She needs much structure. From the minute she gets up to the minute she goes to bed, she needs to know that she doesn't have to worry about who is in charge. Your message to her all day is that you are in charge. Then she doesn't have to worry, do her OCD type behaviors, the panting, etc. Structure and leadership does not mean force either. Just want to make that clear!











> Originally Posted By: ShawnaMVLucy is a german shepherd mix, about 2 1/2 yrs but we've only had her for the past 9 months. We know the owner of her mother and she was previously owned by my sister- so we know she wasn't abused. Either way, she definitely has insecurity and dominance issues. Our purebred Kaiser seems to think she's boss outdoors- so that creates major problems. * What are these problems? Other than two dogs doing a Lord of the Flies by being alone unsupervised!
> 
> 
> 
> ...


By no means are my opinions right-it is difficult to say over the internet-but do consider bringing her in and putting her on a schedule. My home is run like a group home for dogs. We do things at certain times and they understand the structure/rules very clearly (though I do have barking problems with them-so it's no where near perfect). Here it would go something like this-

Up and potties-play a little if there is time
Indoors-quiet time before breakfast
Breakfast
Quiet time
Potties and play if time (I always supervise outdoor time and don't always participate in play-but try to one time each day in addition to training stuff)
Me-work, them crates if I am leaving that day if not, they sleep next to me while I work
Potties/play outside/training 
Them waiting to eat again...impatiently...
Supper
Quiet time
Potties
Bed

Any extras are slotted in there, but this is the basic way a day goes (today they are paving the road so add repeated barking and me being unable to concentrate to work).

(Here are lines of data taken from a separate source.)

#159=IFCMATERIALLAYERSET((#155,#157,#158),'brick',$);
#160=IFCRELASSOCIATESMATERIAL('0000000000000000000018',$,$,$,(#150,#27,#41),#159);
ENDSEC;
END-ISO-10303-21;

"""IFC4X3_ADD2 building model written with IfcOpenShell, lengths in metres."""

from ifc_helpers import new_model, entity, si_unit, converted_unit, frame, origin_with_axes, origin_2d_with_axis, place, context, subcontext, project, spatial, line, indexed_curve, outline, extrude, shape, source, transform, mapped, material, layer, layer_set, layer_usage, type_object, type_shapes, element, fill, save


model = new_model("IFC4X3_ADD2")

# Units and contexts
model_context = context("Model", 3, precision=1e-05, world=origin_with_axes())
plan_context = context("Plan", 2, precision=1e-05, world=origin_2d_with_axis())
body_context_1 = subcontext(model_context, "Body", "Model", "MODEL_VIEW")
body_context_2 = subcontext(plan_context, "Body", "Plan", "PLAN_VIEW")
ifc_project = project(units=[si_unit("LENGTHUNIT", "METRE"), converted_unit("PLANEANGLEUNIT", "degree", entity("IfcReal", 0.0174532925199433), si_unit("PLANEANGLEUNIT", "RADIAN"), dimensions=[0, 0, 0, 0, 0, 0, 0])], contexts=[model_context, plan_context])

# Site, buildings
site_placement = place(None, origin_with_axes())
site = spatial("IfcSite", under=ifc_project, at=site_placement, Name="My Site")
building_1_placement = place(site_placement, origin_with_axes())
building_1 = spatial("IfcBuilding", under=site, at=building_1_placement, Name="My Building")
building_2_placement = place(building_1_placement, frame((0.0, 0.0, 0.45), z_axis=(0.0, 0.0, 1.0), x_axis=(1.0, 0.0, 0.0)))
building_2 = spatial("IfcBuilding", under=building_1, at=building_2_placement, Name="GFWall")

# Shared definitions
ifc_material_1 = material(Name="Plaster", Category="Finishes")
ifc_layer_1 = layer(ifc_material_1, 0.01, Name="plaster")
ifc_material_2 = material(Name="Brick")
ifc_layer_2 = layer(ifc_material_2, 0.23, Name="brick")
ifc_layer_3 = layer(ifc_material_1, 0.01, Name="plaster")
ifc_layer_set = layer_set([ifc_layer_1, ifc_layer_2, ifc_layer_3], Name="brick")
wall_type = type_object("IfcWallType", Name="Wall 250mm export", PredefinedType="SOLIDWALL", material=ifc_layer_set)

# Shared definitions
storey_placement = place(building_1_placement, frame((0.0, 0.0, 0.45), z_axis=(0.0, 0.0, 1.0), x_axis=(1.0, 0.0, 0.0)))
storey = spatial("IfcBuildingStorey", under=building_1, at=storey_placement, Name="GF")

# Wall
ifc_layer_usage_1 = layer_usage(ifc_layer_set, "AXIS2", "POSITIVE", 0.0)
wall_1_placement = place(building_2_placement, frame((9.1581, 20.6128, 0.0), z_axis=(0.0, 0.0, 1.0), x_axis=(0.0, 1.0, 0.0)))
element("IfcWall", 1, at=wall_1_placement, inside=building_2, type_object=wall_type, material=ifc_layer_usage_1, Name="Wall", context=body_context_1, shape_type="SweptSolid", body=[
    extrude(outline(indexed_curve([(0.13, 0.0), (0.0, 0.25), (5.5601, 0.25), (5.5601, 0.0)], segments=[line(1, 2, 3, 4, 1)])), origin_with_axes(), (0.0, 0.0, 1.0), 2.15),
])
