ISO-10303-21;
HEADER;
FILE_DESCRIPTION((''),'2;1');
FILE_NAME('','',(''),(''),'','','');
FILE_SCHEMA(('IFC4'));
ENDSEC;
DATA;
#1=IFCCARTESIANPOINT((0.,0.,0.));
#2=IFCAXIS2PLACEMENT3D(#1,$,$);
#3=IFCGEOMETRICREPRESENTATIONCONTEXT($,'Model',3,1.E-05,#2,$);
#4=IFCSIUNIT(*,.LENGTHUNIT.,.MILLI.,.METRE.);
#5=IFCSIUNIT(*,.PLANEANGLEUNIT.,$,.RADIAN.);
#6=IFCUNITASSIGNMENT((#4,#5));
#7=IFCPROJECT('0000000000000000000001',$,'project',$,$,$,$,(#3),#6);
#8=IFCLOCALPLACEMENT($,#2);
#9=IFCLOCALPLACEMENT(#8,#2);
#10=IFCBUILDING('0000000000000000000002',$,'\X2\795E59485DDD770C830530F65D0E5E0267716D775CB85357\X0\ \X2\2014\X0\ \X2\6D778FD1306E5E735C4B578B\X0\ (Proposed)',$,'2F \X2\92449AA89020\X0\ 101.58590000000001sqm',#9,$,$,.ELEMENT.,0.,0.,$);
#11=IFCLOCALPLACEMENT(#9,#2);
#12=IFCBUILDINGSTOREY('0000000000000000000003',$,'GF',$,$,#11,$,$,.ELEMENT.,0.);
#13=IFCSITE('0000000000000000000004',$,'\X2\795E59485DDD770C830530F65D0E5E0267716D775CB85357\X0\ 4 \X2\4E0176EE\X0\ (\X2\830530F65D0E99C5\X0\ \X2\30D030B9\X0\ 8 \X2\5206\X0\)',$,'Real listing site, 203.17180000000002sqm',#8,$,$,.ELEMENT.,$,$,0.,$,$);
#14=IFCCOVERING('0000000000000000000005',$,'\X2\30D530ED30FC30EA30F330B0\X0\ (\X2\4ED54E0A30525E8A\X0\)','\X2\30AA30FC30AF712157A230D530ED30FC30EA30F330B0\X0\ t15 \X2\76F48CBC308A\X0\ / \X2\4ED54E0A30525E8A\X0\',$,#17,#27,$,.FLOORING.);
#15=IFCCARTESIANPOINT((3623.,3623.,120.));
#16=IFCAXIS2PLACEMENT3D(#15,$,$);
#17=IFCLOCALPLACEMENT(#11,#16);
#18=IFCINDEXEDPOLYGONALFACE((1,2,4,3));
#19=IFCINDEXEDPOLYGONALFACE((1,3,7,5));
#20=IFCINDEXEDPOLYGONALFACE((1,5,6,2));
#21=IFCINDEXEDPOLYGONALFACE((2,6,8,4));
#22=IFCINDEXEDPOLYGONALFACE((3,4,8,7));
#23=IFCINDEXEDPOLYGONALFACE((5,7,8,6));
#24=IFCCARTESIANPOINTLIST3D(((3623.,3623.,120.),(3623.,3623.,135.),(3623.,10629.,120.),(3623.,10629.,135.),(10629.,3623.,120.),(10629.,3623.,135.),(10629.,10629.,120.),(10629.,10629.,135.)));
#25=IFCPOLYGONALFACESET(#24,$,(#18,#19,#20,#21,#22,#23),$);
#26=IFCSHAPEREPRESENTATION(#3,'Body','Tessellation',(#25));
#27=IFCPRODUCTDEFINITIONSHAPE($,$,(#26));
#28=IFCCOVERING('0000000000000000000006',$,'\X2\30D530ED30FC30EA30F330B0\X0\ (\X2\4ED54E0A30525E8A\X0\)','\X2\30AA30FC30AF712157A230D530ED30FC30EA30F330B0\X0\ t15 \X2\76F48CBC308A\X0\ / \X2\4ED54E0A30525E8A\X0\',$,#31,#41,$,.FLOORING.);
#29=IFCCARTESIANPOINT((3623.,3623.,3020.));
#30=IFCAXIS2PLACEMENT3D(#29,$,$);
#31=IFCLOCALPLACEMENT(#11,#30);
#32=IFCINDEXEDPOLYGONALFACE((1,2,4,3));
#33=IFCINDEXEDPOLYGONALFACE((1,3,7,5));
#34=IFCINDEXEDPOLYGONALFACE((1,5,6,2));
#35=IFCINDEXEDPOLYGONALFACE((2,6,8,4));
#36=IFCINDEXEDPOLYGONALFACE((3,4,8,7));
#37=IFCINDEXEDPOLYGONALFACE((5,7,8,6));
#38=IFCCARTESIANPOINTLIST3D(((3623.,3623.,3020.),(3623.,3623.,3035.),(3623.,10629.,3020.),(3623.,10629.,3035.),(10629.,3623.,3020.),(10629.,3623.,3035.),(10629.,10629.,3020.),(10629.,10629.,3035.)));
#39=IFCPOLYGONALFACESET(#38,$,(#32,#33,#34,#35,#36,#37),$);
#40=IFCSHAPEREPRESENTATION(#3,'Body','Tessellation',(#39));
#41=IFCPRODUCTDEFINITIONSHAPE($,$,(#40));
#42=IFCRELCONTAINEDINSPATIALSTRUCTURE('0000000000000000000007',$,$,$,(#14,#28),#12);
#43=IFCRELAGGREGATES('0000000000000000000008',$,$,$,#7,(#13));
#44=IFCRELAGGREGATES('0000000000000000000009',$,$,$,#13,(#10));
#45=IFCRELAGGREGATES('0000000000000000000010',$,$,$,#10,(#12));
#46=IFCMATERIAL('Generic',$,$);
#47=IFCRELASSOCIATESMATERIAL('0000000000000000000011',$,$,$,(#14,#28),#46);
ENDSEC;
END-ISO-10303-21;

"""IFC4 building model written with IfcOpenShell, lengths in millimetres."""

from ifc_helpers import new_model, si_unit, frame, frame_2d, origin, place, context, project, spatial, rectangle, extrude, material, element, save


model = new_model("IFC4")

# Units and contexts
model_context = context("Model", 3, precision=1e-05, world=origin())
ifc_project = project(units=[si_unit("LENGTHUNIT", "METRE", prefix="MILLI"), si_unit("PLANEANGLEUNIT", "RADIAN")], contexts=[model_context])

# Site, building, storey
site_placement = place(None, origin())
site = spatial("IfcSite", under=ifc_project, at=site_placement, Name="神奈川県茅ヶ崎市東海岸南 4 丁目 (茅ヶ崎駅 バス 8 分)", ObjectType="Real listing site, 203.17180000000002sqm", CompositionType="ELEMENT", RefElevation=0.0)
building_placement = place(site_placement, origin())
building = spatial("IfcBuilding", under=site, at=building_placement, Name="神奈川県茅ヶ崎市東海岸南 — 海近の平屋型 (Proposed)", ObjectType="2F 鉄骨造 101.58590000000001sqm", CompositionType="ELEMENT", ElevationOfRefHeight=0.0, ElevationOfTerrain=0.0)
storey_placement = place(building_placement, origin())
storey = spatial("IfcBuildingStorey", under=building, at=storey_placement, Name="GF", CompositionType="ELEMENT", Elevation=0.0)

# Coverings
ifc_material_1 = material(Name="Generic")
covering_1_placement = place(storey_placement, frame((3623.0, 3623.0, 120.0)))
element("IfcCovering", 1, at=covering_1_placement, inside=storey, material=ifc_material_1, Name="フローリング (仕上げ床)", Description="オーク無垢フローリング t15 直貼り / 仕上げ床", PredefinedType="FLOORING", context=model_context, shape_type="SweptSolid", body=[
    extrude(rectangle(XDim=7006.0, YDim=7006.0, at=frame_2d((3503.0, 3503.0))), frame((3623.0, 3623.0, 120.0)), (0.0, 0.0, 1.0), 15.0),
])
covering_2_placement = place(storey_placement, frame((3623.0, 3623.0, 3020.0)))
element("IfcCovering", 2, at=covering_2_placement, inside=storey, material=ifc_material_1, Name="フローリング (仕上げ床)", Description="オーク無垢フローリング t15 直貼り / 仕上げ床", PredefinedType="FLOORING", context=model_context, shape_type="SweptSolid", body=[
    extrude(rectangle(XDim=7006.0, YDim=7006.0, at=frame_2d((3503.0, 3503.0))), frame((3623.0, 3623.0, 3020.0)), (0.0, 0.0, 1.0), 15.0),
])

save(model, "model.ifc")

It is not perfect at all-I would like to add formal training but for now this is what I do. It just gives you an idea of the kind of structure that dogs tend to like, particularly ones that are insecure. 

Good luck!


----------



## MTAussie (Dec 9, 2007)

> Originally Posted By: ShawnaMVI definitely will try more of the things you mentioned. She already has to sit before treats and before coming inside, before going on a walk, before going back in the gate etc. You're right that that made a big difference in her respect for us when we first got her. Maybe I need to expand the activities to "sit" for!
> 
> Unfortunately she doesn't like water and she has never been interested in going after balls/sticks/disks. She could care less. In fact I have to separate them to play fetch with Kaiser because Kaiser will go to get the ball and she attacks him. Can you actually TEACH a dog to run after a ball?

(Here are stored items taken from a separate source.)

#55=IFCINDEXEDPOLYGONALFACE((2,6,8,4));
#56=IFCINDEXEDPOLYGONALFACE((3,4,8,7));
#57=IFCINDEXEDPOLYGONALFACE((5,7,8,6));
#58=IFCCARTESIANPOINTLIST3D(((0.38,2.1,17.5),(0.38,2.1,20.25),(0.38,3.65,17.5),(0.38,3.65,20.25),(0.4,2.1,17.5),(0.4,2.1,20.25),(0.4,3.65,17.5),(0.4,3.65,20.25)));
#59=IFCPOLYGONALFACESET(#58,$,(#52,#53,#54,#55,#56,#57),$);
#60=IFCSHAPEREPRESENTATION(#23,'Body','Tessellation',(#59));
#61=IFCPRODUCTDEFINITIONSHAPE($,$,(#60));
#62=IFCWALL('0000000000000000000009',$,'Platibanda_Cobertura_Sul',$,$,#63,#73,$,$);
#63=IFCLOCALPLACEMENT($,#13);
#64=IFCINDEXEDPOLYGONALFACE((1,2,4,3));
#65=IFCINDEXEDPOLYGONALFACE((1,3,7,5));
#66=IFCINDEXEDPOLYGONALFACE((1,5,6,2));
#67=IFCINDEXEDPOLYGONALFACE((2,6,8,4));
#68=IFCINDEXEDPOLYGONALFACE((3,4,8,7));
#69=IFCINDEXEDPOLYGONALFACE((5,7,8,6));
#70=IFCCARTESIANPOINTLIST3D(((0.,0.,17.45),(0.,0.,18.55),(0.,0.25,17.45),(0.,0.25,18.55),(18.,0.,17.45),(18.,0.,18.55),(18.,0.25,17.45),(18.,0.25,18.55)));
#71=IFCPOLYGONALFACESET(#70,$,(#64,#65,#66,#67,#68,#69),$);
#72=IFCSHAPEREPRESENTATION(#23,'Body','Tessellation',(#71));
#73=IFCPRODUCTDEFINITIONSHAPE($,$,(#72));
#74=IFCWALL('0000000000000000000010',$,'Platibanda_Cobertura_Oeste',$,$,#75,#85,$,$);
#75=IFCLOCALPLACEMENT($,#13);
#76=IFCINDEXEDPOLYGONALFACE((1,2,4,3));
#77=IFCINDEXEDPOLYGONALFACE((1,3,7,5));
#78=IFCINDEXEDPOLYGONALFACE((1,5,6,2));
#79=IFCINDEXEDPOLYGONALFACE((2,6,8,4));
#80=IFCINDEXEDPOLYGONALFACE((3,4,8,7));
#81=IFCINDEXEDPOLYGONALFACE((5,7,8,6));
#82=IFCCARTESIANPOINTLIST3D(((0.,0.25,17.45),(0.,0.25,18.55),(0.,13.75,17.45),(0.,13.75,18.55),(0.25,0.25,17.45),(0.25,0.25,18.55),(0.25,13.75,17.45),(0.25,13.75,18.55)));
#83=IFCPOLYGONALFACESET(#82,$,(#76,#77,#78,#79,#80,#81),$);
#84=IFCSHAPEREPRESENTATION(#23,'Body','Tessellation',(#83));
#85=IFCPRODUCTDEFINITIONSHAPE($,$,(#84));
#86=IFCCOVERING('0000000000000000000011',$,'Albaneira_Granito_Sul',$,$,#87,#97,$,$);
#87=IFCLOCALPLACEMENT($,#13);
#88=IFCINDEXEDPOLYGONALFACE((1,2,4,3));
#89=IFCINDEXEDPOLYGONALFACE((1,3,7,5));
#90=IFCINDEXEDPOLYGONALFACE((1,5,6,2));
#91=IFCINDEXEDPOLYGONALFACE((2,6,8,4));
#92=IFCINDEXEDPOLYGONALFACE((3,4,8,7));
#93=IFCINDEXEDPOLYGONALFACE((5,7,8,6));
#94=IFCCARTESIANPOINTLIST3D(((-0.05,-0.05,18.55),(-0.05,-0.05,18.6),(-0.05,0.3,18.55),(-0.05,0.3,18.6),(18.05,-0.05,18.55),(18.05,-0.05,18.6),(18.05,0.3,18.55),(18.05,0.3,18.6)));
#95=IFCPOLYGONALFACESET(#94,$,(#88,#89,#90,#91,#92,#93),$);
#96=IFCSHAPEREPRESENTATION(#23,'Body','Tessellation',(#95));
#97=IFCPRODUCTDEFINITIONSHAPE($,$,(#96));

Definitely expand the activities that she should sit for! Use other commands also, make her lay down before coming inside, mix it up and keep it interesting!
Also I find that it is a disaster playing with 2 dogs with an obsession for ball/disc/stick. I have to play with them seperately or one will end up doing exactly what you are describing, attacking the other one.
She probably needs a lot of one on one time if she is the one doing that in my experience, my more submissive and needy Aussie who loves ball and disc will just 'herd' alex and get really frustrated if I play with both of them. 
If she doesn't like chasing them by herself you can try building her drive with some games, but you may have to do things that are more food oriented. You can try clicker training to teach her to fetch also.


----------



## Rosie (Oct 22, 2007)

This dog sounds like Rosie and I could give you PAGES of instructions that I have had to do with Rosie and its working pretty well. But its been almost two years!! I started out on my own the first year and had basic obedience, but the car rides were just horrible. She barked the whole time and I spent months just keeping her in the back seat (wearing earplugs). Then I found the instructor that I needed. Rosie has to sit and wait until I tell her she can leave the house. Then sit and wait at the car til I let her in it. I tie a knot in the leash and close it in the car door to keep her on her side of the backseat and out of the front. I have to keep her quiet in the car or we have to start all over. She has gotten to the point where it is mostly grunting and heavy wheezing with some crying instead of incessant barking. I can now tell her 'quiet' and she mostly listens. I can tell her 'leave it' when we pass the neighbor's horses and she doesn't try to jump in the back window anymore. She just looks and huffs. She is SOOOO much better, but you have to be prepared to start over alot!
I finally can get Rosie down the stairs into doggie daycare without them hearing us until the last door has been closed - I am so proud of her! She started out with no self control at all and we can actually do things without making my ears ring.
The people issues are coming along very nicely too, but its been a long road - especially when people can't wait to pet her until she calms down. That slows us down some.
Keep up the good work though, ShawnaMV and you will get there too!


----------